Art ancien

Bruxelles

L’impressionnisme version belge

Par Maureen Marozeau · Le Journal des Arts

Le 17 septembre 2014 - 675 mots

GIVERNY

Le Musée des impressionnismes Giverny s’associe avec le Musée d’Ixelles pour une plongée au cœur de l’art bruxellois de la dernière partie du XIXe siècle.

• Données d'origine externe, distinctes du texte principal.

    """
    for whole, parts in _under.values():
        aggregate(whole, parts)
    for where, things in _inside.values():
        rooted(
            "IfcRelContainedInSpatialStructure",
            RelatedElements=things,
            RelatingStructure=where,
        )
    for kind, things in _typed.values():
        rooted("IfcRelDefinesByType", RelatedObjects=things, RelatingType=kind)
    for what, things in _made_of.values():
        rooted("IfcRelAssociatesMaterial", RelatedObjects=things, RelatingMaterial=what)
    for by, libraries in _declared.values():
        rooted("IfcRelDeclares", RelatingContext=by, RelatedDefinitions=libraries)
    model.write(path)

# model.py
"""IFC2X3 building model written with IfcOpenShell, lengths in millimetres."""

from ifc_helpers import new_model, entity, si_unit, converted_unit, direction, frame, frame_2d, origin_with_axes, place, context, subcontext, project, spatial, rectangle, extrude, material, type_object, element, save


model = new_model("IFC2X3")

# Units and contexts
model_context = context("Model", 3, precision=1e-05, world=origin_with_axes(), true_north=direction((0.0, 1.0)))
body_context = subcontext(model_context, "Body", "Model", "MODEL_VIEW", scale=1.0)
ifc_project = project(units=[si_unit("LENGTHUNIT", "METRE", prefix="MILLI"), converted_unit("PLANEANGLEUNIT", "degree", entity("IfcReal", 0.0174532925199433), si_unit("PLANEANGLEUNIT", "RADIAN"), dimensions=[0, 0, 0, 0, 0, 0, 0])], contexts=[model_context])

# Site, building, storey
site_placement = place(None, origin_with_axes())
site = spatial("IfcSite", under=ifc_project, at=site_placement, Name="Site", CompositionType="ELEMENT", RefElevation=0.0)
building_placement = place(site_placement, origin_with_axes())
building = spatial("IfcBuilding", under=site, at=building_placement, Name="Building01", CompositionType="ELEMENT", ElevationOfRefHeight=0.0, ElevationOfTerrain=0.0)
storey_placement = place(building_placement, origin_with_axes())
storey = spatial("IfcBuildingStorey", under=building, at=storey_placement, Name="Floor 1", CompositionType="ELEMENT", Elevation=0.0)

GIVERNY - « Il n’est guère aisé de définir l’impressionnisme, d’en tracer les limites et d’en particulariser les expressions », écrivait Octave Maus en… 1904. L’avocat bruxellois, critique d’art et fondateur de la revue L’Art moderne, organisait alors une vaste rétrospective consacrée à l’impressionnisme. L’événement sonnait comme le bilan d’une vingtaine d’années de promotion de ses peintres lors des salons « des XX » puis « de la Libre Esthétique » pour lesquels son rôle fut essentiel.

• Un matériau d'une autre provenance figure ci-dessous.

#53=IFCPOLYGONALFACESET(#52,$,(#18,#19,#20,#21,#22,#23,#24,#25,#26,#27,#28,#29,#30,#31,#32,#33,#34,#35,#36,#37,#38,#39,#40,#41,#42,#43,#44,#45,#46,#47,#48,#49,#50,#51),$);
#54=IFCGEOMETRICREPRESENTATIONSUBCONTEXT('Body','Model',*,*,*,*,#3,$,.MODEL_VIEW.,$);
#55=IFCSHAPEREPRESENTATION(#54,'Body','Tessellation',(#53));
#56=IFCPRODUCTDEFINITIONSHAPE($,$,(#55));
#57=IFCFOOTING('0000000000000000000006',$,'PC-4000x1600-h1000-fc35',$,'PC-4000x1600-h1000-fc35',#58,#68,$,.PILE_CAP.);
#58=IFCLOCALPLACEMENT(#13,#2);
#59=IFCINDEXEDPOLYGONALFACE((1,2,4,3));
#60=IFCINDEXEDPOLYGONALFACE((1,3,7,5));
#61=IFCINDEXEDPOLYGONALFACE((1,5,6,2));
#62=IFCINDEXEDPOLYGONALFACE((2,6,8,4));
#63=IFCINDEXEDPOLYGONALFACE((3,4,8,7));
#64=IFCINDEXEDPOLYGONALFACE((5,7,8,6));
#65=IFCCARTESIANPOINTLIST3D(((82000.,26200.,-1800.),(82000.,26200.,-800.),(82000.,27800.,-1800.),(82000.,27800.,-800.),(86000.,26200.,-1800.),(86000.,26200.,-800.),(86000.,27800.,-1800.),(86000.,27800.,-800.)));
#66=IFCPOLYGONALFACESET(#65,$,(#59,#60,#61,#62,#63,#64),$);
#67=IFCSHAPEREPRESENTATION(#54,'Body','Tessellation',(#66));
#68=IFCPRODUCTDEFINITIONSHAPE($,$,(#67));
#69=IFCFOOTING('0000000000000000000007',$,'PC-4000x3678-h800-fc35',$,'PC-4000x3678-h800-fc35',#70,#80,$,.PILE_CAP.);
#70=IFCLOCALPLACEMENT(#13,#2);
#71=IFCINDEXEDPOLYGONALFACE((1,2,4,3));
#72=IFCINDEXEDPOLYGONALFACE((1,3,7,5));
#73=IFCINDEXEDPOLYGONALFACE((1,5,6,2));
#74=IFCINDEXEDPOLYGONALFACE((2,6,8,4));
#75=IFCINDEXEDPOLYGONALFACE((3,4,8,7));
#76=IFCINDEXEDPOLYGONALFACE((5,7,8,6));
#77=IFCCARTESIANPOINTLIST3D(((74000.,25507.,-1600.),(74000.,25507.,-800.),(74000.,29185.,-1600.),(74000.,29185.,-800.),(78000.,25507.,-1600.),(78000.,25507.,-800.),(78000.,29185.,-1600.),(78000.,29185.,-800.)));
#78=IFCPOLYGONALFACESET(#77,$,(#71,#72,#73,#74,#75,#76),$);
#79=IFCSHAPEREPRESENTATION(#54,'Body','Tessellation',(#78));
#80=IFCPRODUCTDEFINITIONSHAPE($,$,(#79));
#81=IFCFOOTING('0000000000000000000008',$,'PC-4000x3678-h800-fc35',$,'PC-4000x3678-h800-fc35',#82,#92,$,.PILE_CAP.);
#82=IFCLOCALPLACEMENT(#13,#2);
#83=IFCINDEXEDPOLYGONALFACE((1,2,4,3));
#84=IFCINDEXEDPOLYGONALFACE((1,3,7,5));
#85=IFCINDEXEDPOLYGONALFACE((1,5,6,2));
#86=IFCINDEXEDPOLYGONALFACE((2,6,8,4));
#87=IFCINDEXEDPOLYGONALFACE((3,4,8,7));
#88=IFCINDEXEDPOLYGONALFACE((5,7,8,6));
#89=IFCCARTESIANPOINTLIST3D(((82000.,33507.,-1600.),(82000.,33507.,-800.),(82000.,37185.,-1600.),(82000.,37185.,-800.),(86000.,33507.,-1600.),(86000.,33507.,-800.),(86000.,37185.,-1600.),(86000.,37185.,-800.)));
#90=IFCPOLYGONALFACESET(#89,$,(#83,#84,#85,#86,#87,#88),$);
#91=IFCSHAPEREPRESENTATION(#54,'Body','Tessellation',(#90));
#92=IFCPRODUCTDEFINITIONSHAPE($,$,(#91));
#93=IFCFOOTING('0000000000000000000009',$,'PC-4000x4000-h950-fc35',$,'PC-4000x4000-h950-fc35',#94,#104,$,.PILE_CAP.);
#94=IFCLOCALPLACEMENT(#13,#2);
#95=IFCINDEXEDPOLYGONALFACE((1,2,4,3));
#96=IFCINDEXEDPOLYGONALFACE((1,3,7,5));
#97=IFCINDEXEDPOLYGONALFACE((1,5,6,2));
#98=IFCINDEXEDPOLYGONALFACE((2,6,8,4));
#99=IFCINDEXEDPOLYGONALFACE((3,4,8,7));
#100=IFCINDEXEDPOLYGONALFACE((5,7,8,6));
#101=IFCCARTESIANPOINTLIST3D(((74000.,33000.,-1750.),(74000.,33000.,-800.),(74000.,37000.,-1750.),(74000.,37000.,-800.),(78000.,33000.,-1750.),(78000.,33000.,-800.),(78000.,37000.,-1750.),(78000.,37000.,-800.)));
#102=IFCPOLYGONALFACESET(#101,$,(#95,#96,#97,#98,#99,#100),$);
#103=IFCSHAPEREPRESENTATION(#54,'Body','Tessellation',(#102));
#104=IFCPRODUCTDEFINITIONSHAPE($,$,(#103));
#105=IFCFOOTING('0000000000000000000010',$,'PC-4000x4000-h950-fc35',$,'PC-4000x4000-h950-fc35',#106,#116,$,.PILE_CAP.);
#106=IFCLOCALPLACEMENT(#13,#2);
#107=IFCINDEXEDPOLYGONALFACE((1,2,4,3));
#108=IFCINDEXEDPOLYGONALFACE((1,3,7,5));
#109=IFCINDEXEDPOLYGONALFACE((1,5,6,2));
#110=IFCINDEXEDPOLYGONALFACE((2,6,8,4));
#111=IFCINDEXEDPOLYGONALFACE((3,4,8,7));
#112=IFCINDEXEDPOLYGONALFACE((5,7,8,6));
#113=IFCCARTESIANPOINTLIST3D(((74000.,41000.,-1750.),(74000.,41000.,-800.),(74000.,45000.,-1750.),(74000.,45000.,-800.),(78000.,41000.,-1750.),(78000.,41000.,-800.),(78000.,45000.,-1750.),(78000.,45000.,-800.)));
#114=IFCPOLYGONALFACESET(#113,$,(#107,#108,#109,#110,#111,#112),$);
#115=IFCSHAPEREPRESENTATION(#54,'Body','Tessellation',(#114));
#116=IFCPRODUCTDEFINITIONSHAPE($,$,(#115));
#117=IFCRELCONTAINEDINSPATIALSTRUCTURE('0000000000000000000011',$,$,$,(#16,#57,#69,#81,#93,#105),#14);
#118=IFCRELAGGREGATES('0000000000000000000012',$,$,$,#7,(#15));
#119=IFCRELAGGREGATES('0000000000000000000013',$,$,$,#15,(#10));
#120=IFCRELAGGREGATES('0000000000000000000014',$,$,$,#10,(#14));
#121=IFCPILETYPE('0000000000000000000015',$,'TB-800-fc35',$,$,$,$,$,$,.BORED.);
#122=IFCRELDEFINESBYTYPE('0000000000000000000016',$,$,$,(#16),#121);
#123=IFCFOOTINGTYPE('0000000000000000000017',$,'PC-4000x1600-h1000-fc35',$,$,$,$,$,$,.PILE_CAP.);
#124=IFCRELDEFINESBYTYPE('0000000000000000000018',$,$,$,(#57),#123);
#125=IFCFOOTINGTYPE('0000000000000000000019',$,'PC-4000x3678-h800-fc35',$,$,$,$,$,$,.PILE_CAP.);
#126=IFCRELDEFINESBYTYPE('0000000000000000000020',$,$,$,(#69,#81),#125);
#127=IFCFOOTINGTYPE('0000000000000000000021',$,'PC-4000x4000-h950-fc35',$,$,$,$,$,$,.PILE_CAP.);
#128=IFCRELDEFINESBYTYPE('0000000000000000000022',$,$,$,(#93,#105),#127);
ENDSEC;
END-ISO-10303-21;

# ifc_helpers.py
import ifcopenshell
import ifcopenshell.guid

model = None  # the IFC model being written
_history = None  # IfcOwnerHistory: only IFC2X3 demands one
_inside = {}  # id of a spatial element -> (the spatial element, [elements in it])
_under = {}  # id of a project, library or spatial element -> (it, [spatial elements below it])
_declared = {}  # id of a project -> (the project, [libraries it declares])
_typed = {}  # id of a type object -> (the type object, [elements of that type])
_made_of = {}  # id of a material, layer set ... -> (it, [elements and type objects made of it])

Face à ce gros nuage de barbe à papa que demeure à ce jour l’impressionnisme dans l’esprit du grand public, l’analyse de Maus n’a jamais été aussi pertinente. Elle pourrait même servir de profession de foi au Musée des impressionnismes de Giverny (Eure), qui braque les projecteurs sur les différents avatars nationaux et internationaux de la mouvance impressionniste, cette « fantaisie d’un chroniqueur » qui n’est pas un mouvement, encore moins une école. Depuis le début de l’été, le musée normand s’aventure dans le plat pays avec pour guide le Musée d’Ixelles à Bruxelles (1), principal prêteur de l’exposition « Bruxelles, une capitale impressionniste » et s’interroge : existe-t-il un impressionnisme belge ?

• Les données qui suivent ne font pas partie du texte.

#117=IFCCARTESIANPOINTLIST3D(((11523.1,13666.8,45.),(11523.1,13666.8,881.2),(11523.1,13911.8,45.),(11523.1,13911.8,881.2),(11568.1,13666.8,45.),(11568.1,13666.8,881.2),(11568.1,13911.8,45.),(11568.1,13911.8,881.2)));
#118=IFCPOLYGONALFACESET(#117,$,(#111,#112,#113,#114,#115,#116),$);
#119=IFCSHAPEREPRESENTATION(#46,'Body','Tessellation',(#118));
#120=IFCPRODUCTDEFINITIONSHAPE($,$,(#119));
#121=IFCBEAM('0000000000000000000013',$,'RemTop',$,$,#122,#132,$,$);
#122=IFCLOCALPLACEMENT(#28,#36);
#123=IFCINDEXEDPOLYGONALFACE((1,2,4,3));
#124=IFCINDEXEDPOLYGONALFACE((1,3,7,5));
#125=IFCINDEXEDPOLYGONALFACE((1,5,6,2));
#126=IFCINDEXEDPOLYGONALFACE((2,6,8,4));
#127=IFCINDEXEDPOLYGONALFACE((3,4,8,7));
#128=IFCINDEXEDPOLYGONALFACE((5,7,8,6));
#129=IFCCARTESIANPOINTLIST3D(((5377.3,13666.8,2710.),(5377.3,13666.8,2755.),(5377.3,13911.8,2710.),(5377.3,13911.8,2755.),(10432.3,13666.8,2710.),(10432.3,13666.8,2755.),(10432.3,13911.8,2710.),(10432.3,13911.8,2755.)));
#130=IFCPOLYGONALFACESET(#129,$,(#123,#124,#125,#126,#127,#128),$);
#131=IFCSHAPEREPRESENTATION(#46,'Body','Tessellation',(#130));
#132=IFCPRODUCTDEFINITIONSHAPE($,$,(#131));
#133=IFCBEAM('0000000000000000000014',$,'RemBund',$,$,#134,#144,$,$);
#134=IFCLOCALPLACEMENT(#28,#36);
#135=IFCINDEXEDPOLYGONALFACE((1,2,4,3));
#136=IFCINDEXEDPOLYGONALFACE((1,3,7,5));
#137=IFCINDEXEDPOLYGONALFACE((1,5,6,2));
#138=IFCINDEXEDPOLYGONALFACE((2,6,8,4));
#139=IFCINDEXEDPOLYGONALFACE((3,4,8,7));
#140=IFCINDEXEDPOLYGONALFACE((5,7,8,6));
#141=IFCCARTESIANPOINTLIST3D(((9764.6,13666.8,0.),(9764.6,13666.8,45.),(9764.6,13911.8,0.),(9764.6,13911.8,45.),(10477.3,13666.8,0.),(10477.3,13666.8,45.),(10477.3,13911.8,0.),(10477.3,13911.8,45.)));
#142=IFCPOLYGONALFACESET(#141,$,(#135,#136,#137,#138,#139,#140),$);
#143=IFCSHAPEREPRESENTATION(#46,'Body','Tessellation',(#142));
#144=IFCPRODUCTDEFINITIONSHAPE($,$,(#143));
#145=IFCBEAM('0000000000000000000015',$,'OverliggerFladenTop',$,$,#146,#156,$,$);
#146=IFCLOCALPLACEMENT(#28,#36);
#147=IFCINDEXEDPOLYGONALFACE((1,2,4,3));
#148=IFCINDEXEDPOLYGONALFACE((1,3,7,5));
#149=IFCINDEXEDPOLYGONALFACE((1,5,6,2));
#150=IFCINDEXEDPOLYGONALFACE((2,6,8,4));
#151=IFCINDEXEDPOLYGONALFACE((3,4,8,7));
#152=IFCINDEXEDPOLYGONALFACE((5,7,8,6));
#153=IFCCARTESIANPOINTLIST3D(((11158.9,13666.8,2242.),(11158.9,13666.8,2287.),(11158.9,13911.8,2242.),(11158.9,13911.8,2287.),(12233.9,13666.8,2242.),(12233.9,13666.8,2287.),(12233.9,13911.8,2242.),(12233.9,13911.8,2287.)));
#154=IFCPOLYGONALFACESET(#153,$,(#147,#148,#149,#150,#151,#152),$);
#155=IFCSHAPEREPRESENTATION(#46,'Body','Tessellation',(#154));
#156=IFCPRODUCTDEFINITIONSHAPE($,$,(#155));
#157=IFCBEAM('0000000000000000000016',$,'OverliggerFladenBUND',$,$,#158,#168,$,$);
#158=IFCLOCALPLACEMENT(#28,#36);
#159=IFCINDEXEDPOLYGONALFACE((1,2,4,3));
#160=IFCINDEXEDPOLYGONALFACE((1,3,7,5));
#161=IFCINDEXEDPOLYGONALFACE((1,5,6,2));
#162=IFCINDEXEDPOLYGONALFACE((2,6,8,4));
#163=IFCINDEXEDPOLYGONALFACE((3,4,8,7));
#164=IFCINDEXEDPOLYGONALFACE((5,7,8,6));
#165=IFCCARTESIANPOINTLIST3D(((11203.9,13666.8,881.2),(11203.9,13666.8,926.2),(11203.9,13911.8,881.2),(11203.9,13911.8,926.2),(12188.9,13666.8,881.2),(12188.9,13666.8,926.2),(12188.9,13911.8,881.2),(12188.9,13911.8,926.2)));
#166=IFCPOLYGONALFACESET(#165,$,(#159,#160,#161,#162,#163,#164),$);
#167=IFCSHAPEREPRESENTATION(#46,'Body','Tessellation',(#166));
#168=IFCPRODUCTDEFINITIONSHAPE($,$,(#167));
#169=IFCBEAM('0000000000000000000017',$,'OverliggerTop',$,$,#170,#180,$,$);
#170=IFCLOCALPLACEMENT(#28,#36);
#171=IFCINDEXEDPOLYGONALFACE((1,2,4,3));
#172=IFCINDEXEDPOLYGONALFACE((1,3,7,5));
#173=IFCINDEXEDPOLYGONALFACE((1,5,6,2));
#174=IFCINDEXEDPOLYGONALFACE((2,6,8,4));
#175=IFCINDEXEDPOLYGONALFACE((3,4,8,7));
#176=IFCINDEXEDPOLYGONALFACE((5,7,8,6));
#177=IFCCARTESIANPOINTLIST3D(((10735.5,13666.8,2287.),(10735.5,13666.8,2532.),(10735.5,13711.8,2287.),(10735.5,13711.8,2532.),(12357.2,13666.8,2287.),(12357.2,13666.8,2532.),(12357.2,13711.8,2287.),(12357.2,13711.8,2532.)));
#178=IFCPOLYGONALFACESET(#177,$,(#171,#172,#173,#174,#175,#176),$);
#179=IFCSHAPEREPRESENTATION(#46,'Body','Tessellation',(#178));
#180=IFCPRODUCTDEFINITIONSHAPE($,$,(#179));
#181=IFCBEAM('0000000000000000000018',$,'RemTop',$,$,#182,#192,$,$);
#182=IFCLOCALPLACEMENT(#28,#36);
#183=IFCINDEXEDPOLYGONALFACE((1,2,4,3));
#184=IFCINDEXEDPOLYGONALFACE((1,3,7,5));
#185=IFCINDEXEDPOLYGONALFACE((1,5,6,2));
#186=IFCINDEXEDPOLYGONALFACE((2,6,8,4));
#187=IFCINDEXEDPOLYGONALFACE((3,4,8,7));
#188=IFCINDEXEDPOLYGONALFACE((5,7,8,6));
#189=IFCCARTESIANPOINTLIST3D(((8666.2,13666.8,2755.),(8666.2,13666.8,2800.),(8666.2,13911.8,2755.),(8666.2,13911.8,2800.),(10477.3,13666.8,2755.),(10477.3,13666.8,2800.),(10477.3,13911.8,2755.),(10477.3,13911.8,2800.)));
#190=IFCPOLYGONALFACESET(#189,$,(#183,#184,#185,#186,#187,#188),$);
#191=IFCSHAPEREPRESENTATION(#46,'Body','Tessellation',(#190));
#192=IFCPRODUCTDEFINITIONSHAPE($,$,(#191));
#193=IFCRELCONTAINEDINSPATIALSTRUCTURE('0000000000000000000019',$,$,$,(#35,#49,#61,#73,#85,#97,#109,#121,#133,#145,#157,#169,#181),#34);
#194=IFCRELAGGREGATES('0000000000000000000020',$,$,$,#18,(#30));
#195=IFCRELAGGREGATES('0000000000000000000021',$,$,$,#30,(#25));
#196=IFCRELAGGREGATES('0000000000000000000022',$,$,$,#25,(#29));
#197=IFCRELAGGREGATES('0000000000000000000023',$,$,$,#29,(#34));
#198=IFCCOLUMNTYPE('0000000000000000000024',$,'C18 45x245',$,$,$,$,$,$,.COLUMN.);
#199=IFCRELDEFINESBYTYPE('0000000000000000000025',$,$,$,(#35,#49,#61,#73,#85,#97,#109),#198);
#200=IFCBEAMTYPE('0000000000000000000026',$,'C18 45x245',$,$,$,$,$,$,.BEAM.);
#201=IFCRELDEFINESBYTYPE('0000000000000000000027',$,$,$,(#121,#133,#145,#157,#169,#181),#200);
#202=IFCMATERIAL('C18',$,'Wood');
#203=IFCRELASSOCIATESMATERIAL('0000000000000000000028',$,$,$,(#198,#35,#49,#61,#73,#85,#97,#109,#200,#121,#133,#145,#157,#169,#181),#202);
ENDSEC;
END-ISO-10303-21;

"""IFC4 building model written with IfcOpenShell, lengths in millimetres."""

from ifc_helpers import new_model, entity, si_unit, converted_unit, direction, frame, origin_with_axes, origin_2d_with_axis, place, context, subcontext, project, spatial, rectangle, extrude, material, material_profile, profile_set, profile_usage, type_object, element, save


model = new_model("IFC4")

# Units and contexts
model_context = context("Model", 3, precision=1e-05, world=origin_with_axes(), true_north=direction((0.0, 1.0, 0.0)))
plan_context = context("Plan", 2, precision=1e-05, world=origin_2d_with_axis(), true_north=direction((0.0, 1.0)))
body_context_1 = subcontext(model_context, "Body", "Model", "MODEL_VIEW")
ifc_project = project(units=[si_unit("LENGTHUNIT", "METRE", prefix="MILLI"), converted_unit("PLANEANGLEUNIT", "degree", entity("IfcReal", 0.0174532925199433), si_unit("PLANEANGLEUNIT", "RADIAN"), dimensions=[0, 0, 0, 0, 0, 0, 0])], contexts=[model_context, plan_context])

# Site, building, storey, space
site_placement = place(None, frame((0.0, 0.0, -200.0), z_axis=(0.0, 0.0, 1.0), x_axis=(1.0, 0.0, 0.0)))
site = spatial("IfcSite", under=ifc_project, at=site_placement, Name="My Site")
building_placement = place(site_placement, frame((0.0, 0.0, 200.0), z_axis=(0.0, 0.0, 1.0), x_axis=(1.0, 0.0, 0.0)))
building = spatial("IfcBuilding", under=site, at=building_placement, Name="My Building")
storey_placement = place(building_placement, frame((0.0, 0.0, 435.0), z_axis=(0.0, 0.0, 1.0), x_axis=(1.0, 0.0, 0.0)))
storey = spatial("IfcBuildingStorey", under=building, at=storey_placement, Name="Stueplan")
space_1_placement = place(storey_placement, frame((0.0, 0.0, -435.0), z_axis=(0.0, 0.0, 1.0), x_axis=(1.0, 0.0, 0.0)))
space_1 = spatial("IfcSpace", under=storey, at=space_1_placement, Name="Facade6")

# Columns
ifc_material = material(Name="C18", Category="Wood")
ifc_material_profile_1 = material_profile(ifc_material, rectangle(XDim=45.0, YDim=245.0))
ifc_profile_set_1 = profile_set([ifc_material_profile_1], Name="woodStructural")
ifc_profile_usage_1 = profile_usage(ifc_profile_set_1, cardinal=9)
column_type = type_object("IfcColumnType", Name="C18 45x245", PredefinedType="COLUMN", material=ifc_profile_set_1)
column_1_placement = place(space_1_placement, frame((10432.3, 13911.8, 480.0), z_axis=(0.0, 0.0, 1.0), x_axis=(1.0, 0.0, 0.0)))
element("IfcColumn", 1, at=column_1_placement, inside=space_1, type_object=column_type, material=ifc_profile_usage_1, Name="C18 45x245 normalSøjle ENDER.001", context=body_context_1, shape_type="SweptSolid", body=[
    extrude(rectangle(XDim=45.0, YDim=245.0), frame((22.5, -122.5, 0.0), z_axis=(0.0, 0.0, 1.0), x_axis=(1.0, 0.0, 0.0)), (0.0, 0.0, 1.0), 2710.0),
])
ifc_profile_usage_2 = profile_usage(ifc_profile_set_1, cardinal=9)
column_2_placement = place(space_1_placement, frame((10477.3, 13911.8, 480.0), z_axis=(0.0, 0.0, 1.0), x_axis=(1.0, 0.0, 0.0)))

Bruxelles fut, dès 1886, une terre d’accueil pour les artistes français déjà reconnus tels Monet, Renoir ou Sisley, qui sont invités par Octave Maus à participer aux éditions succesives du salon des XX. Mais, les commissaires le précisent, la graine impressionniste plantée dans le terreau belge n’est qu’un élément parmi d’autres dans la libération de la jeune peinture bruxelloise en proie à l’académisme. Les paysages bruts et généreux des années 1870 qui inaugurent le parcours, parmi lesquels un étonnant Dunes à Ostende (1877) de James Ensor, regardent directement vers Courbet. Le réalisme du Franc-Comtois avait réveillé les consciences – la représentation de la vie quotidienne coule dans les veines des écoles nord-européennes depuis plusieurs siècles. En Belgique, la rupture avec la tradition n’est donc pas aussi nette qu’ailleurs et elle se singularise par son hétérogénéité – cohérence dans la démarche et multiplicité des voies, soulignent les commissaires.

Cinéma-vérité
Les peintres se sont emparés des ingrédients de l’impressionnisme (lumière naturelle, touche libre, nature et personnages sans fard…) pour les agrémenter à la sauce belge, privilégiant les empâtements et le réalisme du paysage et laissant de côté la « cérébralité » française. L’exposition préfère ainsi parler de « peintres de la vie moderne », pour lesquels la nature tient une place de choix. L’impressionnisme belge se révélant une notion trop trouble pour être précisément circonscrite, l’exposition a ouvert ses portes à cette fameuse diversité de ruptures avec la tradition. Car la radiographie de la création à Bruxelles à cette époque serait faussée si l’on ne prenait en compte le néo-impressionnisme personnifié par Théo Van Rysselberghe, le symbolisme porté par Ensor et le naturalisme inspiré par Jules Bastien-Lepage, sans oublier l’expressionnisme ou l’art social.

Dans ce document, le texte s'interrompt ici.